PRIVATE CREDIT INSIGHTS - GLOBAL

Executive preview:

Private credit's ability to grow in the face of market turbulence will be tested anew as volatility persists and public market access contracts. As this happens, we expect lower rated companies to lean more heavily on private credit lenders for financing support, similar to what happened when credit markets contracted on the heels of the pandemic.

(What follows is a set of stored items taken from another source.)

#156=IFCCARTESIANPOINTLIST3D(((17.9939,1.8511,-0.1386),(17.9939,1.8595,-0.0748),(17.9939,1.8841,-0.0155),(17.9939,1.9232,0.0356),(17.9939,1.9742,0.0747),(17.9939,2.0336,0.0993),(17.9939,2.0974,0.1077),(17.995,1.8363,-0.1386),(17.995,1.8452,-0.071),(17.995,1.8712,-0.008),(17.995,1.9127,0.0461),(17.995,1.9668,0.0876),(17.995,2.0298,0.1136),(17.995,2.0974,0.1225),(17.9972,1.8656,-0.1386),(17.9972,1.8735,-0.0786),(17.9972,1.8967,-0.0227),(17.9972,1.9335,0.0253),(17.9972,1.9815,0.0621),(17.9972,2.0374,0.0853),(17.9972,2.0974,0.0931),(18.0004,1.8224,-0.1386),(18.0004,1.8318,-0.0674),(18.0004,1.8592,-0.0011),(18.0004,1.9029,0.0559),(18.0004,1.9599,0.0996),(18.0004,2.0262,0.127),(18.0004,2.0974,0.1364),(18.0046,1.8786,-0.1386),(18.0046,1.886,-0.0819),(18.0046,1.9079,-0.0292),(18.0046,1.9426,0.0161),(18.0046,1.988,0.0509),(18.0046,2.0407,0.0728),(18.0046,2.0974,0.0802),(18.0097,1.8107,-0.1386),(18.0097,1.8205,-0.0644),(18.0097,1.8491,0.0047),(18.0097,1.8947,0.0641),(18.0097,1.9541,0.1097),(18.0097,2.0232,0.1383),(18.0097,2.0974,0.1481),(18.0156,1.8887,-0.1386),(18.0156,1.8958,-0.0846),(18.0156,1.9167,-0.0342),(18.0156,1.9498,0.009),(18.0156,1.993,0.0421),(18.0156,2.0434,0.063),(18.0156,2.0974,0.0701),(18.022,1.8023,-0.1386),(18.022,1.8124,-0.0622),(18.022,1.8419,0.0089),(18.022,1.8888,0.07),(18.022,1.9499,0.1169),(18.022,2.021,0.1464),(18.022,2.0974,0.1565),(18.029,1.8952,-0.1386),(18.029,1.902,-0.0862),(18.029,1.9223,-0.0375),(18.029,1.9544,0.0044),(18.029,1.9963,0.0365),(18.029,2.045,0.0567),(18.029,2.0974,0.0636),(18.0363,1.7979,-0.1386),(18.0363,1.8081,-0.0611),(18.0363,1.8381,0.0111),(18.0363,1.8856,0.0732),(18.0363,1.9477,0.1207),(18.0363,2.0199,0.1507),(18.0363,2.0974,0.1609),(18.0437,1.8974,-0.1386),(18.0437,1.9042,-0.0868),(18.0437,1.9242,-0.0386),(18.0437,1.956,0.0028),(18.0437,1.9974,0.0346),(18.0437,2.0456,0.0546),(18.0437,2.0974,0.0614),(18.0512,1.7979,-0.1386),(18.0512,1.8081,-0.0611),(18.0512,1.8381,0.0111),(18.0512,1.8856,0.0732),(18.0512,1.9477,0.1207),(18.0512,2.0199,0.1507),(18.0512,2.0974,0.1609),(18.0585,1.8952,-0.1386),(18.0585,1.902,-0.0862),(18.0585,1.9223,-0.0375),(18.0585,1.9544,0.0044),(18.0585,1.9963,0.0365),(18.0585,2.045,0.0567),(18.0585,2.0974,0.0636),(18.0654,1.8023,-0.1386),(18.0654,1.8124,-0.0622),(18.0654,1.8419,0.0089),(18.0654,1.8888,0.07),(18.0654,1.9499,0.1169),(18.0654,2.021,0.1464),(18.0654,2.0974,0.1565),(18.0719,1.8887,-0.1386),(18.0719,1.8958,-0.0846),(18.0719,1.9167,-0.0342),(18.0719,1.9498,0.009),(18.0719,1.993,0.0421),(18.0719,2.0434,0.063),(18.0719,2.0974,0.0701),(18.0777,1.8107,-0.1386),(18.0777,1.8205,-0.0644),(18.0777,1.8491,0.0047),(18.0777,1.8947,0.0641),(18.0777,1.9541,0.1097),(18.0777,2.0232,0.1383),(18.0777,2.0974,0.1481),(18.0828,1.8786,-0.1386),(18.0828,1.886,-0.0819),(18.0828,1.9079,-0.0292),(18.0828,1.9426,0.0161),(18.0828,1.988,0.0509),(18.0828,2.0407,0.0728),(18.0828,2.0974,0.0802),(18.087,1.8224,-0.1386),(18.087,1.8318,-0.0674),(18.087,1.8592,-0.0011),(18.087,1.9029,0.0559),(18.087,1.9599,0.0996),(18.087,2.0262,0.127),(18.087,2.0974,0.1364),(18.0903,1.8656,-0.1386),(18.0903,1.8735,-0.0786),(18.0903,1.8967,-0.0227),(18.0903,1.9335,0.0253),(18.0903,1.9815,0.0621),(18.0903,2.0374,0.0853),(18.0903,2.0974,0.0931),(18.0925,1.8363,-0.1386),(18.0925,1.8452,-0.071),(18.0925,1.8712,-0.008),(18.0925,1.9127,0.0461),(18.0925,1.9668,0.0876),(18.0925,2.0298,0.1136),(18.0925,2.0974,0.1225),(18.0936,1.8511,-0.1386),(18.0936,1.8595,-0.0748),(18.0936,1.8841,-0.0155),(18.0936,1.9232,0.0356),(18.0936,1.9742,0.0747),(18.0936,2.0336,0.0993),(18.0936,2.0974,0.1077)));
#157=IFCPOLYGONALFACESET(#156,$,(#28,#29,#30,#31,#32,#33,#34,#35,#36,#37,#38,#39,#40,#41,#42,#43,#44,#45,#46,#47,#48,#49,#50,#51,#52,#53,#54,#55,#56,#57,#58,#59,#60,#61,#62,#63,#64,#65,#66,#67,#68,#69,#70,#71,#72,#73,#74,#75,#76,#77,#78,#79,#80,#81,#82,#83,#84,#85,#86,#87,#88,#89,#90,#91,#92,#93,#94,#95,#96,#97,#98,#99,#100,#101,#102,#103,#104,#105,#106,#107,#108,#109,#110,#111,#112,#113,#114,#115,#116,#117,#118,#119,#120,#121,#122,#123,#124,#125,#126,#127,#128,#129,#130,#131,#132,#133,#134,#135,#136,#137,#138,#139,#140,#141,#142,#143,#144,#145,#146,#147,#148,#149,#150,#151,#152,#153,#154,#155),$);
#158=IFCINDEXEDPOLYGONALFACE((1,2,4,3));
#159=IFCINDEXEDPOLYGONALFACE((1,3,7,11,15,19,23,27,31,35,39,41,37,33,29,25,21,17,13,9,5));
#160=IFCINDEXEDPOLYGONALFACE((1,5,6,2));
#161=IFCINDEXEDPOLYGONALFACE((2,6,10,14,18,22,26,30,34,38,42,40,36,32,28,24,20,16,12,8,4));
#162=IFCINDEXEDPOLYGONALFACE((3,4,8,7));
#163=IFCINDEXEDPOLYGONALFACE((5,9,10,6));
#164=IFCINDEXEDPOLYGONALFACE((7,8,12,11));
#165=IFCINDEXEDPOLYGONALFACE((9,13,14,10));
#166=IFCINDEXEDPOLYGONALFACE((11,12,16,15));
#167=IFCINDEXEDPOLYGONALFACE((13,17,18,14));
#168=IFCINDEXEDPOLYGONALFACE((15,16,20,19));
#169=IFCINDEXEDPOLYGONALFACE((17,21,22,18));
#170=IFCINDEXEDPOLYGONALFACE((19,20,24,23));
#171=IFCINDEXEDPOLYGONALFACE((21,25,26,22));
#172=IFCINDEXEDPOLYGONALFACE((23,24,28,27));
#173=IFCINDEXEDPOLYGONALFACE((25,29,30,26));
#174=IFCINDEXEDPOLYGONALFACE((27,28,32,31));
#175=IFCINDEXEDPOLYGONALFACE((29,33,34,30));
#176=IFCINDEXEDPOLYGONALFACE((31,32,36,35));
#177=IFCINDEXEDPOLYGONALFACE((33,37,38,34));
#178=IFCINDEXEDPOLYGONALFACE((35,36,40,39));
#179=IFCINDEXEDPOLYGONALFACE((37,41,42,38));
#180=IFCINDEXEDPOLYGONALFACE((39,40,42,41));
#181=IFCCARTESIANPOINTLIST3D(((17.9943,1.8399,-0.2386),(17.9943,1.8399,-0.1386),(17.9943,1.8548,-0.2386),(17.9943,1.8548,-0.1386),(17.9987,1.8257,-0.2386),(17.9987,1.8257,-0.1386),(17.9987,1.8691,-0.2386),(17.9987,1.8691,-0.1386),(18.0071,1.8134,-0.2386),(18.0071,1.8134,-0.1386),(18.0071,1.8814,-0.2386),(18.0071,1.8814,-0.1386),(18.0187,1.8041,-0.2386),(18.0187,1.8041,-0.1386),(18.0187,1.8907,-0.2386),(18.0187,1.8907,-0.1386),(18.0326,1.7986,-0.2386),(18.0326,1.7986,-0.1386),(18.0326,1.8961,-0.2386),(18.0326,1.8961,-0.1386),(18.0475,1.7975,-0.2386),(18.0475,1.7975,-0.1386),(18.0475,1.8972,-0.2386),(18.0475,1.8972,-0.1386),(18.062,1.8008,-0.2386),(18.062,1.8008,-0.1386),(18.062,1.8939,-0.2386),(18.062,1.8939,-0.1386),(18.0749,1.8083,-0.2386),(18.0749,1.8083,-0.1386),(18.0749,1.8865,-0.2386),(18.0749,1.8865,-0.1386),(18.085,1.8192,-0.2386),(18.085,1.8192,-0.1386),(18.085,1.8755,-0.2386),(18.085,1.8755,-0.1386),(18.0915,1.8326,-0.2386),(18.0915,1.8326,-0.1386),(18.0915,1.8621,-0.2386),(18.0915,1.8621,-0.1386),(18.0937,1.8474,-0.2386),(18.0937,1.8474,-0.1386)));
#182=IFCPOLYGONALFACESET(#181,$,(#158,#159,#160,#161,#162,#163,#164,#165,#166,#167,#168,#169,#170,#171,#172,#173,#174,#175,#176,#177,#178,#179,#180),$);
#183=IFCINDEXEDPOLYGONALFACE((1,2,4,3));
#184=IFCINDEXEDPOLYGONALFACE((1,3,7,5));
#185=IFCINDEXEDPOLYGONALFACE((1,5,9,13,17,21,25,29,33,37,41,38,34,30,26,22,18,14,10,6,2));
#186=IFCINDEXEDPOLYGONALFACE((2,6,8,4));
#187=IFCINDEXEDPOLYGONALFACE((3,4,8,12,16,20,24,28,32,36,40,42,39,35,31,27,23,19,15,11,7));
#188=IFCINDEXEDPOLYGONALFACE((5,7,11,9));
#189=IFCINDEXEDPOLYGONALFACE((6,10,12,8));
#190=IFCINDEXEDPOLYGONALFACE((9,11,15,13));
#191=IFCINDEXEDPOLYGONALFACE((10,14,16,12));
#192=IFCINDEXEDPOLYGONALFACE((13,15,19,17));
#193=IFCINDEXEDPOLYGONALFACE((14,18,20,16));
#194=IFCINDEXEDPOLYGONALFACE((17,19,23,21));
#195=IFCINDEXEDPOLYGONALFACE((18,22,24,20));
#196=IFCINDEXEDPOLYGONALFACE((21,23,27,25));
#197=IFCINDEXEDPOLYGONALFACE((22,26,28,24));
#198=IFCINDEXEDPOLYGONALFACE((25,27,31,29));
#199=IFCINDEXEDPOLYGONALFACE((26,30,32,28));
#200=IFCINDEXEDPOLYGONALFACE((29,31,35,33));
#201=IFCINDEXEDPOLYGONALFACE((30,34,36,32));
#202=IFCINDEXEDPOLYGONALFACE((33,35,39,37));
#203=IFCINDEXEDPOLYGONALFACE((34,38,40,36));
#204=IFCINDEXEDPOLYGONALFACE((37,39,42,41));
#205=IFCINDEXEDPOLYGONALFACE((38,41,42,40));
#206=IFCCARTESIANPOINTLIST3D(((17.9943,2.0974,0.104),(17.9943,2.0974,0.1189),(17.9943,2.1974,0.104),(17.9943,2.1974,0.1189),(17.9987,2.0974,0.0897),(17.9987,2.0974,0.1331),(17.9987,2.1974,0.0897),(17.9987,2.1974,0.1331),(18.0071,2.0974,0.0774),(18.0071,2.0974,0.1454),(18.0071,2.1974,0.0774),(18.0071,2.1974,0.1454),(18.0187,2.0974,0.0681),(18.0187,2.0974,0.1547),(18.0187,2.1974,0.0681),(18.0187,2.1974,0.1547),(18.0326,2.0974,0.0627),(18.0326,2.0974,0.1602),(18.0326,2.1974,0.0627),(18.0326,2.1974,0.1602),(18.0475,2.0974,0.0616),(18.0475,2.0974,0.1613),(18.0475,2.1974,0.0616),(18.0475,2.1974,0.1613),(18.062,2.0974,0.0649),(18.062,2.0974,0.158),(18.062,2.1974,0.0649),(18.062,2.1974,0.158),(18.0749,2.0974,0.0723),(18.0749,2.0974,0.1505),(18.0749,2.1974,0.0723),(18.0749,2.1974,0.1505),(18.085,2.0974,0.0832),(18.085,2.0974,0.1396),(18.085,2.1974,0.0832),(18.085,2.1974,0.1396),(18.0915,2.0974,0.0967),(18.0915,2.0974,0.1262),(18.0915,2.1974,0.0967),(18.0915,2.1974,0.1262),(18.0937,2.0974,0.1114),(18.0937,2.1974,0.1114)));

  • Eying opportunities and bracing for the next big test. While private credit's market share has continued to accelerate through downturns, growth will not come risk-free. For instance, fewer deals will mean more growth in net asset value (NAV) loans, which provide liquidity when leveraged buyout (LBO) exits slow. Performance will also be tested as LBOs struggle in a deteriorating economic environment
  • Bank lending to private markets points to high borrower concentrations. US banks have significantly increased their share of lending to non-bank financials – representing 11% of loan book for the top 25 US banks in 2024 compared to just 4% a decade ago. The smaller US banks have a much smaller exposure relative to their loan book, but they are growing it rapidly.
  • Data infrastructure will help fuel ABF growth. Demand for asset-backed finance (ABF) has been fueled by demand for infrastructure such as data centers and fiber networks. While data center debt issuance in the ABF market was very strong this first quarter, market turbulence may slow momentum.
  • Insurance will continue to increase private credit exposure. As volatility grows, private credit's allure will also grow for long term investors such as insurance, an industry better built to weather cyclical storms. Even without volatile conditions, we expect more life insurance companies will continue to leverage the expertise of alternative asset managers to grow their private assets while these same managers will grow their footprint in insurance to build market share.
  • US regulatory pressures will ease. As policy priorities of the second Trump administration take shape, regulatory efforts such as reporting requirements will likely be toned down. If anything, the focus will shift more toward facilitating capital formation, including expansion of retail investor access to private markets, and modernizing the existing regulatory framework.
  • Private credit will continue to attract new players. However long volatile conditions persist, it seems likely that private credit will continue to attract more participants eager for higher-return opportunities. A the same time, a recession would weigh heavily on asset quality just when regulatory oversight is dialing back – which will put increasing importance on the long term capital funding critical to stability in this still-opaque sector.